Article du Devoir Étudinats étrangers setembre 2011

À qui profite la chasse aux cerveaux?

Entre le transfert de connaissances et le vol des forces vives, la ligne peut être mince

Lisa-Marie Gervais 3 septembre 2011 Éducation

- Le Devoir

Recruter les meilleurs talents semble une excellente stratégie pour une économie du savoir qui veut croître.

Pour se maintenir dans la course en matière de recherche et d'innovation, le Québec chasse les cerveaux à l'étranger. Mais c'est aussi une façon de faire goûter à de jeunes étudiants d'ailleurs la vie universitaire d'ici, dans de très bons établissements québécois. À qui profite réellement l'échange?

Vinayak Vadlamani est un jeune Indien de 22 ans étudiant à l'University of Petroleum and Energy à New Delhi. C'est aussi ce qu'on pourrait appeler un «cerveau», l'un des plus prometteurs de sa génération. Avec 32 de ses compatriotes, il a été recruté, à l'issue d'un rigoureux processus de sélection, pour participer au programme Globallink, orchestré par Mitacs, une entreprise qui favorise les liens avec d'éminents chercheurs canadiens et internationaux et les industries d'ici.
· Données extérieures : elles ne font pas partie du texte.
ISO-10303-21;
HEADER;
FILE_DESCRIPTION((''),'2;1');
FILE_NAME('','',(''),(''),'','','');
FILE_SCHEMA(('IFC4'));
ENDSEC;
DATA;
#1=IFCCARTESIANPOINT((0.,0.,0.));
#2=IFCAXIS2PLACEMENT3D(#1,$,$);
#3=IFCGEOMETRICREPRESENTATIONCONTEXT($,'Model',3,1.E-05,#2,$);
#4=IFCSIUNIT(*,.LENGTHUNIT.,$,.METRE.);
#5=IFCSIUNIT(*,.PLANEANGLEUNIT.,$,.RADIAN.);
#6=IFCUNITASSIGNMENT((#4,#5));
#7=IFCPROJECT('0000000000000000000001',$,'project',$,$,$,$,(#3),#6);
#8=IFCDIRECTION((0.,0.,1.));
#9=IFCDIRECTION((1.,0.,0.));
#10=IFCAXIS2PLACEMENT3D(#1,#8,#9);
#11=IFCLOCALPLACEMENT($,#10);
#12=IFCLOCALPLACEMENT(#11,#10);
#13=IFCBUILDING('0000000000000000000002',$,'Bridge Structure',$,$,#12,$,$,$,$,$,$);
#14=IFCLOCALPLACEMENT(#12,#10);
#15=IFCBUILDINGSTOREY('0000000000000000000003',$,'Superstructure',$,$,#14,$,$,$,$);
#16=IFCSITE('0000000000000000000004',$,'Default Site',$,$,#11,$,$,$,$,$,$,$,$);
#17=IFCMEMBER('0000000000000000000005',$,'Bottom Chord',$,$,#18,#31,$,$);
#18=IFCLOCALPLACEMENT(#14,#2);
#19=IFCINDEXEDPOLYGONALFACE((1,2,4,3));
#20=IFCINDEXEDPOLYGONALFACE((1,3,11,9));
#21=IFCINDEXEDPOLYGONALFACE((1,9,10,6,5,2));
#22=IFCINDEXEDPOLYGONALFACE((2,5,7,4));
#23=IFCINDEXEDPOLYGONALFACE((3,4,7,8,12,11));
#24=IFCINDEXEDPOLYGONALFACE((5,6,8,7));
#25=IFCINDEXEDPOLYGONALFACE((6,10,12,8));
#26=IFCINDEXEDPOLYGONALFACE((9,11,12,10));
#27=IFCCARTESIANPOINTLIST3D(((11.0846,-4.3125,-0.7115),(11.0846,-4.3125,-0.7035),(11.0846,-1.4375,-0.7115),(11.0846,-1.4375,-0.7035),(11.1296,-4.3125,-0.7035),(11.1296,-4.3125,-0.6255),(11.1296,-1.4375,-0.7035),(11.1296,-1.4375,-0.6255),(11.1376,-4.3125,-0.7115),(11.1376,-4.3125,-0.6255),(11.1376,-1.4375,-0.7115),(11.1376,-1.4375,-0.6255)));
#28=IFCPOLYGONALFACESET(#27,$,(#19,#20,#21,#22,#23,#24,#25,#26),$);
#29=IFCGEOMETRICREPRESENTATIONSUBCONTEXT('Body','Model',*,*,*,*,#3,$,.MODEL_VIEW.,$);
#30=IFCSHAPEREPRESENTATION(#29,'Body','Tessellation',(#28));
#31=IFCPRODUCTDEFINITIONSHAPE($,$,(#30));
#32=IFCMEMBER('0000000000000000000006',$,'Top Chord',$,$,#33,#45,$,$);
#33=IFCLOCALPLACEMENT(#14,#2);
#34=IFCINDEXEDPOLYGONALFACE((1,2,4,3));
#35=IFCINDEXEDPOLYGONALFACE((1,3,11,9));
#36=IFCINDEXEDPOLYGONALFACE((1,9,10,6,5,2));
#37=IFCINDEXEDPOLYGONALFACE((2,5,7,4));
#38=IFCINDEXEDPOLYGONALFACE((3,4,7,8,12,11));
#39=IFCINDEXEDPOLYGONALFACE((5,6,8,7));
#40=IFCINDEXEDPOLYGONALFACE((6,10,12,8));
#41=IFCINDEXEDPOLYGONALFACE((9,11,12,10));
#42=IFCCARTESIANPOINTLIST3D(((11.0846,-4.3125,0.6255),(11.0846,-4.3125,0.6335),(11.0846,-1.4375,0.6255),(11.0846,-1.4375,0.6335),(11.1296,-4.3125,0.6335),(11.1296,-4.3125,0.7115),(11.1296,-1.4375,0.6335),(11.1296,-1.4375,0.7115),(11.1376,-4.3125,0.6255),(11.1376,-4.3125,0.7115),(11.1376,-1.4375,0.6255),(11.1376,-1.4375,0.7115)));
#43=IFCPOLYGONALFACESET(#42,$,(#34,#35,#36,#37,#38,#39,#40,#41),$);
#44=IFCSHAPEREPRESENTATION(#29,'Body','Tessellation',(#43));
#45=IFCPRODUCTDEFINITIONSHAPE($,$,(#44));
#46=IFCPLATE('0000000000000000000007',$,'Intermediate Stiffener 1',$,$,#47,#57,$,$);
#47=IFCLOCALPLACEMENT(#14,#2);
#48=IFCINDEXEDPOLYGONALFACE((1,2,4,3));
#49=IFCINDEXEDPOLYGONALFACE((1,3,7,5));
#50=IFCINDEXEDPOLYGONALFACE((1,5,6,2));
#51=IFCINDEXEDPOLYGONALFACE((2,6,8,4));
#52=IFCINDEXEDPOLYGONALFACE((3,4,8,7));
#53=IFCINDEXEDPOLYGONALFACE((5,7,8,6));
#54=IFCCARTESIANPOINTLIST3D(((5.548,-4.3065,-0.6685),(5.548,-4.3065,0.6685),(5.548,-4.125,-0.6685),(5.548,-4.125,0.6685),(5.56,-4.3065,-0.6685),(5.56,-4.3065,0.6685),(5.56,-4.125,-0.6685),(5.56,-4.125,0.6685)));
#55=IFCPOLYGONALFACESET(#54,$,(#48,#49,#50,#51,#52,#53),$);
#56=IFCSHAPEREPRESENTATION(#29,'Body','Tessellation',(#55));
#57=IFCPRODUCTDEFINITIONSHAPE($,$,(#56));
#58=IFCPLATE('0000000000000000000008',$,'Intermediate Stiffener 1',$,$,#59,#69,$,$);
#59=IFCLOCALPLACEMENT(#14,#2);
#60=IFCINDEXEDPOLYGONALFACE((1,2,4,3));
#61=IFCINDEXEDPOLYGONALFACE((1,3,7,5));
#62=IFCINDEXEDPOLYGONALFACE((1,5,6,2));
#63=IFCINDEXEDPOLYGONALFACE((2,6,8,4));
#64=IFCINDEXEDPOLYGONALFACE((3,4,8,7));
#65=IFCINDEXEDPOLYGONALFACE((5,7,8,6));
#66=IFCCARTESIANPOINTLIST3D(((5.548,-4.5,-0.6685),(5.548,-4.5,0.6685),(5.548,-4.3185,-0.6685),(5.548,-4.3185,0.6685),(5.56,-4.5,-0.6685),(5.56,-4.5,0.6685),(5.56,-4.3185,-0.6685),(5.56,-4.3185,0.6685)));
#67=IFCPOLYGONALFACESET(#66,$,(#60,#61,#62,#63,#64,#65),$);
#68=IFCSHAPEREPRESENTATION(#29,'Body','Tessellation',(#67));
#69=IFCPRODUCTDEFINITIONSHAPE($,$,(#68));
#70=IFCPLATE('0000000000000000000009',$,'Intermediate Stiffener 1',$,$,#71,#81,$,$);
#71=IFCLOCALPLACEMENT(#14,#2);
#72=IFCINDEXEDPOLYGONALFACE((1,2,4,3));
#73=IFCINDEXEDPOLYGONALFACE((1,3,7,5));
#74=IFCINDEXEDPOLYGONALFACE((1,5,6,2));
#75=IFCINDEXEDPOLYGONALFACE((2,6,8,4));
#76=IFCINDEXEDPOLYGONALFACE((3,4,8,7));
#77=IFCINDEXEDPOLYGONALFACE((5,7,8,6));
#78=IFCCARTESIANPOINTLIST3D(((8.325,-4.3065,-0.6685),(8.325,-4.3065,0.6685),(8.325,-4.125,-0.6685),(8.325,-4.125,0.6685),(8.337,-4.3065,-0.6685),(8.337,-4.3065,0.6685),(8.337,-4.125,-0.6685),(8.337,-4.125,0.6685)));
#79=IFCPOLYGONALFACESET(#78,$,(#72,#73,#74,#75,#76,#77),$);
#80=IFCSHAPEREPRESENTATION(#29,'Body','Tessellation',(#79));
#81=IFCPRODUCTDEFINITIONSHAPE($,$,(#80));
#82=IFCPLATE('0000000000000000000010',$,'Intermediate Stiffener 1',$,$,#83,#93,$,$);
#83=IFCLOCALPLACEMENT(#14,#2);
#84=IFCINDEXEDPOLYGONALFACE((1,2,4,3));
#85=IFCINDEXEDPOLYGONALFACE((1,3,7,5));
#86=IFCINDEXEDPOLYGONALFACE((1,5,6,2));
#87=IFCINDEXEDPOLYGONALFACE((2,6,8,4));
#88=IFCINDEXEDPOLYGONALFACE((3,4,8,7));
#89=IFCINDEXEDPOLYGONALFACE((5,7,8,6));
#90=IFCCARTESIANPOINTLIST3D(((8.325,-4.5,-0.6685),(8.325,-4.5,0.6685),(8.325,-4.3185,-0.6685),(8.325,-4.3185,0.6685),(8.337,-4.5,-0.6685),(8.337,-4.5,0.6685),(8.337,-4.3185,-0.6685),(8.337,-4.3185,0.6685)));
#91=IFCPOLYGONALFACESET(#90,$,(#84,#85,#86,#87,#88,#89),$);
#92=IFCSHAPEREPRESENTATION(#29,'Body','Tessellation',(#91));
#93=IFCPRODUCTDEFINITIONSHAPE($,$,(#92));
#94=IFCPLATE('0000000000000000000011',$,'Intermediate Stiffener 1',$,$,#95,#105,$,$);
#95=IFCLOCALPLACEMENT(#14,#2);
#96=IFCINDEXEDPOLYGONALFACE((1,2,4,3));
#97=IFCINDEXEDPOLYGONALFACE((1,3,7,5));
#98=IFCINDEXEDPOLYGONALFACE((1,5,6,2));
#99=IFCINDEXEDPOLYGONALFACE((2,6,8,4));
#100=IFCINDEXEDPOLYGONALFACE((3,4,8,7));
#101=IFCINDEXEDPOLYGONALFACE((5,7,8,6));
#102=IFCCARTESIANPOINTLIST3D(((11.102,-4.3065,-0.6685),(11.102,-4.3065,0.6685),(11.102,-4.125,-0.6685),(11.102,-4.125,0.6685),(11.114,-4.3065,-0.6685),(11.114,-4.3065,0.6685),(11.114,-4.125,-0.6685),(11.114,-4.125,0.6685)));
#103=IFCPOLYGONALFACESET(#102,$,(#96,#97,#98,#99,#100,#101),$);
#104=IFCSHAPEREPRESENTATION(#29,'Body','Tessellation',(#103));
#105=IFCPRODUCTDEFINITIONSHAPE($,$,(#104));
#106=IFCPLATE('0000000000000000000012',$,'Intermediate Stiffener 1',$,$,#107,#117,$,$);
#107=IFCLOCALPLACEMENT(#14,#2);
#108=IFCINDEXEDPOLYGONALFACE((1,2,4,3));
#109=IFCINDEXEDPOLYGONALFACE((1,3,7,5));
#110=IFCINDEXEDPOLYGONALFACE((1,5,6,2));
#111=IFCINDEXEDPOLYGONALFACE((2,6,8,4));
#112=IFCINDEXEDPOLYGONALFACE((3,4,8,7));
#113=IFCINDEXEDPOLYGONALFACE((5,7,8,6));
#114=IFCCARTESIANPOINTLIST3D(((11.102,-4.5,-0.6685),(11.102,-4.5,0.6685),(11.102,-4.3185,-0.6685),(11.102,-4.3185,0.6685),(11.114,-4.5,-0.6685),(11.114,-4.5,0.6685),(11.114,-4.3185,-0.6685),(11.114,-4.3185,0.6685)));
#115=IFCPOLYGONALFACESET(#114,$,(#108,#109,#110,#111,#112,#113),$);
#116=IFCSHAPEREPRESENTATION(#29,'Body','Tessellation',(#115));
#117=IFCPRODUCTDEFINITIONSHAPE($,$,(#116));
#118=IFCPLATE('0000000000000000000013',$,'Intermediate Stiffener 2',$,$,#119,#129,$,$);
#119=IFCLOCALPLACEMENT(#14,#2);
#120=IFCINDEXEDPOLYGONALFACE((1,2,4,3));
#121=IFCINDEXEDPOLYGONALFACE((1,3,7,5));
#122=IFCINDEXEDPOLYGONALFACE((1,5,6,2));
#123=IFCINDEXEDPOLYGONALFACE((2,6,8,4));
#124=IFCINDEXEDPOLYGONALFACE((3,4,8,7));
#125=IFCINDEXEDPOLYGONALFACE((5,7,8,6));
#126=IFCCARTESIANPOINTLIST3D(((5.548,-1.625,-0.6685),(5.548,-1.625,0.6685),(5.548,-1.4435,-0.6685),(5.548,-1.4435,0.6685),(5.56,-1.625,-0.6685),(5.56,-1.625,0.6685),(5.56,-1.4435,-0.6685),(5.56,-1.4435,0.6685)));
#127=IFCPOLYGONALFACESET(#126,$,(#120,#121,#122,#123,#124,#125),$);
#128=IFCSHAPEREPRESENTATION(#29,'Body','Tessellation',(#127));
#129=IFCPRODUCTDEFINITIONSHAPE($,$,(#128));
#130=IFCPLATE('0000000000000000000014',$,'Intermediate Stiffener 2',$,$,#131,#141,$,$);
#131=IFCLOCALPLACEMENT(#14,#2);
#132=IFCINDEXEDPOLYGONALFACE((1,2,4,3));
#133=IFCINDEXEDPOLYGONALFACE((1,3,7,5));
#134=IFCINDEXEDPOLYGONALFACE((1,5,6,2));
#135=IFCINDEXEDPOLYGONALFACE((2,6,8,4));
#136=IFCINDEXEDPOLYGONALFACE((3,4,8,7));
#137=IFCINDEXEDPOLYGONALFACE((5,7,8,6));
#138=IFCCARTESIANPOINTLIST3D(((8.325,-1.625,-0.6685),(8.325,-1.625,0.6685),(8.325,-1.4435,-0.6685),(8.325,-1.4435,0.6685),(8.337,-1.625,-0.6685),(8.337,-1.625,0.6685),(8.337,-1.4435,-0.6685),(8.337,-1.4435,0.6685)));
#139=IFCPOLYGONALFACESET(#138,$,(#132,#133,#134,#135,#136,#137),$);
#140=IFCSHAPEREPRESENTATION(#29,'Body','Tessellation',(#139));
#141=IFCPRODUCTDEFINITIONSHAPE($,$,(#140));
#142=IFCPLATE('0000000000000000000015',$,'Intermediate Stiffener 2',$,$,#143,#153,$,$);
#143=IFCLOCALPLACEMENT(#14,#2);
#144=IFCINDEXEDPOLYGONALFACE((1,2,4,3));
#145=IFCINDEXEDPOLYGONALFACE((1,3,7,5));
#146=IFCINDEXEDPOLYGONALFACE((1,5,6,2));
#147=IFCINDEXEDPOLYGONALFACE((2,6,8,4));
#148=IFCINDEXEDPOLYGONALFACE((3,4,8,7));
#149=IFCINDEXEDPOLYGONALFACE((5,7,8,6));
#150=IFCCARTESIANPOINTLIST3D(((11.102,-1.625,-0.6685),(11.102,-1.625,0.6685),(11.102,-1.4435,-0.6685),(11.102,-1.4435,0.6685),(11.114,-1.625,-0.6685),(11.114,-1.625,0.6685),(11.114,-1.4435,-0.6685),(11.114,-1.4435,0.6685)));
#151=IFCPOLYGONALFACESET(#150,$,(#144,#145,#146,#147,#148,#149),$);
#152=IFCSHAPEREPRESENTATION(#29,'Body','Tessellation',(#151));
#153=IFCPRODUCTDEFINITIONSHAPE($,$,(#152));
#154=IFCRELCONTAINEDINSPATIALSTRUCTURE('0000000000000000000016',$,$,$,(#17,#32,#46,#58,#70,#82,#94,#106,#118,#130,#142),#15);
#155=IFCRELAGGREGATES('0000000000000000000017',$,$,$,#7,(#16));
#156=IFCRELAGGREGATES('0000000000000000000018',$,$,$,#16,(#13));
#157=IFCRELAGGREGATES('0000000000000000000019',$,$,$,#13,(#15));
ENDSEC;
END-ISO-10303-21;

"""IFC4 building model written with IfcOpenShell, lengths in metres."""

from ifc_helpers import new_model, si_unit, frame, origin, origin_with_axes, origin_2d_with_axis, place, context, subcontext, project, spatial, rectangle, l_section, extrude, element, save


model = new_model("IFC4")

# Units and contexts
model_context = context("Model", 3, precision=1e-05, world=origin())
body_context = subcontext(model_context, "Body", "Model", "MODEL_VIEW")
ifc_project = project(units=[si_unit("LENGTHUNIT", "METRE"), si_unit("PLANEANGLEUNIT", "RADIAN")], contexts=[model_context])

# Site, building, storey
site_placement = place(None, origin_with_axes())
site = spatial("IfcSite", under=ifc_project, at=site_placement, Name="Default Site")
building_placement = place(site_placement, origin_with_axes())
building = spatial("IfcBuilding", under=site, at=building_placement, Name="Bridge Structure")
storey_placement = place(building_placement, origin_with_axes())
storey = spatial("IfcBuildingStorey", under=building, at=storey_placement, Name="Superstructure")

# Members
for number, where, z_axis, x_axis, name in (
    (1, (11.1111, -4.3125, -0.6685), (0.0, 1.0, 0.0), (-1.0, 0.0, 0.0), "Bottom Chord"),
    (2, (11.1111, -4.3125, 0.6685), (0.0, 1.0, 0.0), (-1.0, 0.0, 0.0), "Top Chord"),
):
    element("IfcMember", number, at=place(storey_placement, frame(where, z_axis=z_axis, x_axis=x_axis)), inside=storey, Name=name, context=body_context, shape_type="SweptSolid", body=[
        extrude(l_section(Depth=0.086, Width=0.053, Thickness=0.008, at=origin_2d_with_axis()), origin_with_axes(), (0.0, 0.0, 1.0), 2.875),
    ])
La version québécoise de ce programme, qui s'étend dans huit provinces canadiennes sur dix, permet à des jeunes de suivre un stage d'été toutes dépenses payées et de goûter à la vie universitaire et la recherche dans un domaine de pointe dans l'une des quatre universités montréalaises. «On est beaucoup sollicités par des universités, surtout aux États-Unis. J'ai posé ma candidature à plusieurs endroits, dont l'Université de Toronto, mais ce qui correspondait le mieux à mes intérêts de recherche [l'ingénierie spatiale et l'aérodynamique] se trouvait à Montréal», dit M. Vadlamani, précisant qu'il est finalement très heureux d'avoir passé l'été ici.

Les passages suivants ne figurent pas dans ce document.